Which of the young men does she like the best?
Ah the homeliest of them is beautiful to her.

Where are you off to, lady? for I see you,
You splash in the water there, yet stay stock still in your room.

Dancing and laughing along the beach came the twenty-ninth bather,
The rest did not see her, but she saw them and loved them.

The beards of the young men glistened with wet, it ran from their long hair,
Little streams passed all over their bodies.

An unseen hand also passed over their bodies,
It descended tremblingly from their temples and ribs.
These famous lines shocked me maybe 20 years ago.
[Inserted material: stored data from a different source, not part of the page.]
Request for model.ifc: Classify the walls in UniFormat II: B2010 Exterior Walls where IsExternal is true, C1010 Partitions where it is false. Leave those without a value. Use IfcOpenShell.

First a look at what the model holds.

```python
import ifcopenshell
import ifcopenshell.util.element

model = ifcopenshell.open("model.ifc")
print(model.schema)
print("classifications:", [c.Name for c in model.by_type("IfcClassification")])
values = [ifcopenshell.util.element.get_pset(e, "Pset_WallCommon", "IsExternal") for e in model.by_type("IfcWall")]
for value in (True, False, None):
    print("IsExternal", value, values.count(value))
```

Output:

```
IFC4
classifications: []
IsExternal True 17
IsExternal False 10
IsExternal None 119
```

```python
import ifcopenshell
import ifcopenshell.api.classification
import ifcopenshell.util.element

model = ifcopenshell.open("model.ifc")

system = ifcopenshell.api.classification.add_classification(model, classification="UniFormat II")

walls = model.by_type("IfcWall")
external = {e: ifcopenshell.util.element.get_pset(e, "Pset_WallCommon", "IsExternal") for e in walls}
for flag, code, name in ((True, "B2010", "Exterior Walls"), (False, "C1010", "Partitions")):
    products = [e for e in walls if external[e] is flag]
    ifcopenshell.api.classification.add_reference(
        model, products=products, classification=system, identification=code, name=name
    )
    print(code, len(products))

model.write("model_updated.ifc")
```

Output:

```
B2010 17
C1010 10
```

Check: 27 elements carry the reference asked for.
Surely, readers in 1855 must also have been surprised at the forthright vision of bodies at play, bodies in desire.

[Thomas Eakins, The Swimming Hole, 1884-5.]
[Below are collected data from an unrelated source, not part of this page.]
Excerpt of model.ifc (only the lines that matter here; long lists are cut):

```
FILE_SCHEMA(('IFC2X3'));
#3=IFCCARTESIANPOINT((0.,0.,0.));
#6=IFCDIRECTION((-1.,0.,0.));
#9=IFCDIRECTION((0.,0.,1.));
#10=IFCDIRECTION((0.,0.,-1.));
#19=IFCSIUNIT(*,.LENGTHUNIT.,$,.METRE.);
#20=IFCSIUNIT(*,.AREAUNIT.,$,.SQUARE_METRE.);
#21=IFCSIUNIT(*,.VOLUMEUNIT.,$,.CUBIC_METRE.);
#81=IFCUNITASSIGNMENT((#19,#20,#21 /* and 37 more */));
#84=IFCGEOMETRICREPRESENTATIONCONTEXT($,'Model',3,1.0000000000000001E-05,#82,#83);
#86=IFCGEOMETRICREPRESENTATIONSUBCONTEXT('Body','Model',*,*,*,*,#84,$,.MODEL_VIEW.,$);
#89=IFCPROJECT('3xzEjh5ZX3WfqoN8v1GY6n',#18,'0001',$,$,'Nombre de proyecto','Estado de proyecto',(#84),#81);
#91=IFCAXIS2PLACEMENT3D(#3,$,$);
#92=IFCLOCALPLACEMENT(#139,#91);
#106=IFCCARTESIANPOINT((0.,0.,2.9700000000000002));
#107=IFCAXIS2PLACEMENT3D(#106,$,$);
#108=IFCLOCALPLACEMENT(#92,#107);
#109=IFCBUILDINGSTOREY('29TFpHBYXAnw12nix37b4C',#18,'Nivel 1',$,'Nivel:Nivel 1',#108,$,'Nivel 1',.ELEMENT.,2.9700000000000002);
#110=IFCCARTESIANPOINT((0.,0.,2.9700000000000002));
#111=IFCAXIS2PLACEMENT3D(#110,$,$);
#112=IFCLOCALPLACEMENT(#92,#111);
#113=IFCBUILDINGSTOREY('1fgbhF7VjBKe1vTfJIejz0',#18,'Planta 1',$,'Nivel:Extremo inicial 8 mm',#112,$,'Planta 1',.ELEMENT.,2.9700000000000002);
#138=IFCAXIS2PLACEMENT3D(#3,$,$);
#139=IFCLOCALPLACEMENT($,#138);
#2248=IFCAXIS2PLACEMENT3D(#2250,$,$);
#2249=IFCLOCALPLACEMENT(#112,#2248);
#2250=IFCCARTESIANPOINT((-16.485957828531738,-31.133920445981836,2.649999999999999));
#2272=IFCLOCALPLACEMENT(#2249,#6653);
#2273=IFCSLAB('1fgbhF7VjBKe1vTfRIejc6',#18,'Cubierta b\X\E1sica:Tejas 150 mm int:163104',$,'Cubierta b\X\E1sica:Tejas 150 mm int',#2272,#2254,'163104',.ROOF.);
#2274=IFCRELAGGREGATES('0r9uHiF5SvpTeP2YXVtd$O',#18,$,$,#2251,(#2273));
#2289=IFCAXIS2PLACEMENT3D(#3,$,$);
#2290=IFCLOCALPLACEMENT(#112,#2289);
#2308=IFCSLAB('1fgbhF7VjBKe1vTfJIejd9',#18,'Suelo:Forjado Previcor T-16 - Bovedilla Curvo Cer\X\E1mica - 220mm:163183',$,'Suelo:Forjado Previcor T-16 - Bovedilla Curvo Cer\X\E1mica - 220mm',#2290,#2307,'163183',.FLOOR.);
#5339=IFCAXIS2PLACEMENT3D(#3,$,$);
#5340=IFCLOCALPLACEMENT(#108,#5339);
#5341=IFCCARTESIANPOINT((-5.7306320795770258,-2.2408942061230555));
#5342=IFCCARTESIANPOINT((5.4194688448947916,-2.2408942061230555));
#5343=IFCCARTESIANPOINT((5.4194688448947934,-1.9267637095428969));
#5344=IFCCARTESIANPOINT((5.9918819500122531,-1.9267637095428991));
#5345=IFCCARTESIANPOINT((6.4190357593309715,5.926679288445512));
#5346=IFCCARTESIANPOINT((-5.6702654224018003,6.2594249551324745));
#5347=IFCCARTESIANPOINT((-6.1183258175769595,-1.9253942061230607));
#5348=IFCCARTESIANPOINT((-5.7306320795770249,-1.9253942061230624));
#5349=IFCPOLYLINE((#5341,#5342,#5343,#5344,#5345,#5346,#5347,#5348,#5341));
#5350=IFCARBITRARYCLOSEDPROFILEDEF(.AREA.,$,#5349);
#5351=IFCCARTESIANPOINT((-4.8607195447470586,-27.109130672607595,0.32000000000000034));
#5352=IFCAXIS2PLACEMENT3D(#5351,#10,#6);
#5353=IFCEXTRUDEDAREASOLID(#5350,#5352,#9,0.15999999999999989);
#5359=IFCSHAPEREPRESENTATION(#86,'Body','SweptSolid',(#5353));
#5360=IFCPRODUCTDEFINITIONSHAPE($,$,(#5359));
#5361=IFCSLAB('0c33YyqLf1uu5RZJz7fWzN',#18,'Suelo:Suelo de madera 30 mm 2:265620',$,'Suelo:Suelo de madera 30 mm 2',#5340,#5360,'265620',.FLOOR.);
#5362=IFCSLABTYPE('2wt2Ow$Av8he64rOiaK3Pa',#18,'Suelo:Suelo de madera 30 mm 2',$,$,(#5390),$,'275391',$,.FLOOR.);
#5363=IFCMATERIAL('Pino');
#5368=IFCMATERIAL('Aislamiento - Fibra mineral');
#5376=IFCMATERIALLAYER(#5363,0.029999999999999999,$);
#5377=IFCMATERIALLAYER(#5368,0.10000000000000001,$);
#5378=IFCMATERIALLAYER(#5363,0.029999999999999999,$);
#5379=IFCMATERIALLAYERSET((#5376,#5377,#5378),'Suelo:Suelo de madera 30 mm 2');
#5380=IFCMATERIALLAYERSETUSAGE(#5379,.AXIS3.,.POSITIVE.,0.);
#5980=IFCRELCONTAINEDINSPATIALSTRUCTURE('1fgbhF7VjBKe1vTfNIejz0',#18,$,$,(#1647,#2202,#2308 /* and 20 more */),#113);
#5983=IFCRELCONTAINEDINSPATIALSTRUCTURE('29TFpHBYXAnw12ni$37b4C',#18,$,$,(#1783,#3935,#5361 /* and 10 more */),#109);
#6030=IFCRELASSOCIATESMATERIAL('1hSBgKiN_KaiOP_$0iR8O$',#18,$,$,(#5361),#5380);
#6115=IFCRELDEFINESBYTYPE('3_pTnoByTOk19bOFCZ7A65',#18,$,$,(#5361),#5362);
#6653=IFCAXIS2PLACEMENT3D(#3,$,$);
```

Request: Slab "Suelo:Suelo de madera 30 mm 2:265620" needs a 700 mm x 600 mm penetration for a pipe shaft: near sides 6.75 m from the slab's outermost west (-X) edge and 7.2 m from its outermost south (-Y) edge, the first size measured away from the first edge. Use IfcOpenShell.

```python
import numpy as np
import ifcopenshell
import ifcopenshell.api.feature
import ifcopenshell.api.geometry
import ifcopenshell.api.root
import ifcopenshell.geom
import ifcopenshell.util.placement
import ifcopenshell.util.representation
import ifcopenshell.util.shape
import ifcopenshell.util.unit

model = ifcopenshell.open("model.ifc")
unit_scale = ifcopenshell.util.unit.calculate_unit_scale(model)
settings = ifcopenshell.geom.settings()


def volume(element):
    """Net volume in cubic metres, openings subtracted."""
    shape = ifcopenshell.geom.create_shape(settings, element)
    return ifcopenshell.util.shape.get_volume(shape.geometry)


slab = model.by_guid("0c33YyqLf1uu5RZJz7fWzN")
before = volume(slab)

# Extent in the slab's own axes, in metres. The edges named are its -X and -Y sides.
slab_shape = ifcopenshell.geom.create_shape(settings, slab)
vertices = ifcopenshell.util.shape.get_vertices(slab_shape.geometry)
x_min, y_min, bottom = vertices.min(axis=0)
top = vertices[:, 2].max()

opening = ifcopenshell.api.root.create_entity(model, ifc_class="IfcOpeningElement", name="Pipe shaft opening")
context = ifcopenshell.util.representation.get_context(model, "Model", "Body", "MODEL_VIEW")
width, depth = 0.7, 0.6
outline = [(0.0, 0.0), (width, 0.0), (width, depth), (0.0, depth), (0.0, 0.0)]
# Overshoot both faces by 50 mm so the cut is clean.
shape = ifcopenshell.api.geometry.add_slab_representation(
    model, context=context, depth=top - bottom + 0.1, polyline=outline
)
ifcopenshell.api.geometry.assign_representation(model, product=opening, representation=shape)

matrix = ifcopenshell.util.placement.get_local_placement(slab.ObjectPlacement)
matrix[:, 3] = matrix @ np.append(np.array([x_min + 6.75, y_min + 7.2, bottom - 0.05]) / unit_scale, 1.0)
ifcopenshell.api.geometry.edit_object_placement(model, product=opening, matrix=matrix, is_si=False)
ifcopenshell.api.feature.add_feature(model, feature=opening, element=slab)

after = volume(slab)

print(f"slab volume {before:.3f} -> {after:.3f} m3")

model.write("model_v2.ifc")
```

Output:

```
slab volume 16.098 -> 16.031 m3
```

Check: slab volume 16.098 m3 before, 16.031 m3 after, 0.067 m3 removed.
At least one contemporary was impressed by Whitman's verbal portraits, American Painter Thomas Eakins:
Eakins’s ideas about the human body find an interesting parallel in the poetry of Walt Whitman, and indeed, they may have been acquired from Whitman, at least to a degree. This attachment to Whitman survives from the records of Eakins’s students—they called themselves “the Whitmans.” Eakins admired Walt Whitman tremendously. He painted Whitman’s portrait and developed a rapport with the poet, and Whitman appreciated Eakins extraordinary vision–calling on him to speak at a testimonial dinner and then remembering that Eakins did his speaking through a medium other than words. Eakins was particularly taken by the Song of Myself. The painting The Swimming Hole seems unmistakably inspired by the passage quoted above from it, and Eakins himself, referring to it as one of “his Whitmans,” would support this reading. It’s a remarkable example of a poem realized in oil and canvas.
Notice that Eakins, like Whitman, inserts (an avatar of) himself into the scene. I think of the poem and the painting together as examples of keen observers and communicators striving to realize both life and thinking in art.

1 comment:

  1. Anonymous2:10 PM

    Just discovered your posts on Leaves of Grass. Wonderful. I hope to read along with you.